How To Stop Cellphones & Electronic Gadgets From Keeping Your Child Awake at Night

With the current rate of technological advancement, children are getting to know how to use electronic devices even better than adults some times. It is a well known fact that children are exposed to their phones, TV screens, laptop and iPad gadgets most times without appropriate supervision. It is not enough to say that they are properly monitored by their parents or by an adult. There must be rules set in place to regulate the appropriate times children are allowed to use these devices.

Smart phones, tablets and computers may be used during the day but at night they can have a bad impact on sleep. Results of a CNN study revealed that use of electronic devices at bedtime can be damaging to the sleep patterns of children. The report emphasizes that there is indeed a strong link between bedtime media device use and excessive daytime sleepiness, which makes it difficult for children to focus well during school.

Effects Of Gadget Use After Bed time

  • The Bright Screen Light Effect

Neuroscientists have discovered that bright screen lights from computer devices decrease melatonin (hormone that regulates sleep) which in turn affects the body’s sleep/wake cycles. So if your child is using their cellphone at night their ability to sleep will be decreased.

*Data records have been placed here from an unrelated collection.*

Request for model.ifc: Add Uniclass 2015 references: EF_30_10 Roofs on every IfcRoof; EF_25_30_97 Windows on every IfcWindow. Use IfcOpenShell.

First a look at what the model holds.

```python
import ifcopenshell

model = ifcopenshell.open("model.ifc")
print(model.schema)
print("classifications:", [c.Name for c in model.by_type("IfcClassification")])
for ifc_class in ("IfcDoor", "IfcRoof", "IfcStair", "IfcWall", "IfcWindow"):
    print(ifc_class, len(model.by_type(ifc_class)))
```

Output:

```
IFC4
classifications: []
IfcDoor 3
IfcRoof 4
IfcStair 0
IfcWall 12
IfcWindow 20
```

```python
import ifcopenshell
import ifcopenshell.api.classification

model = ifcopenshell.open("model.ifc")

system = ifcopenshell.api.classification.add_classification(model, classification="Uniclass 2015")

codes = {
    "IfcRoof": ("EF_30_10", "Roofs"),
    "IfcWindow": ("EF_25_30_97", "Windows"),
}
for ifc_class, (code, name) in codes.items():
    products = model.by_type(ifc_class)
    ifcopenshell.api.classification.add_reference(
        model, products=products, classification=system, identification=code, name=name
    )
    print(code, len(products))

model.write("model_v2.ifc")
```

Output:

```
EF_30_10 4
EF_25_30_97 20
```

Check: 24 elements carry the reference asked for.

  • Sleep Deprivation Affects Health Too

“The trend of sleep deprivation is leading to many daytime  problems  for teenagers, including headaches, impaired concentration, weakened immune systems, crankiness and more,” says Dr. Myrza Perez,Pediatric Pulmonologist in Roseville. Anxiety disorders and even obesity have been linked to sleep deprivation.

Sleep deprivation can cause a lot of damage to a developing child’s brain.  Sleep allows the brain to break down information that’s being received. Learning actually takes place while we sleep. When sleep is disturbed the ability to learn is reduced. How can parents help their children to beat the habit of excessive gadget use at bedtime and enable them get the required amount of sleep at night? Here are a few tips:

1. Establish rules of computer or cellphone use with your child.

2. Teens need about 8 to 10 hours of sleep each night to function optimally.  If your teen understands the importance of sleep, they may be willing to drop the phones so that they can function better.

3. This might be daunting and greeted with resistance at first, but have your children develop a habit of switching off their phones at night and turning in their laptops to their parents’ room or study for the night.

4. If one wishes to be more trusting, you can monitor your child’s Internet activity every morning to know if they are complying with the rules of “no gadgets after bedtime”.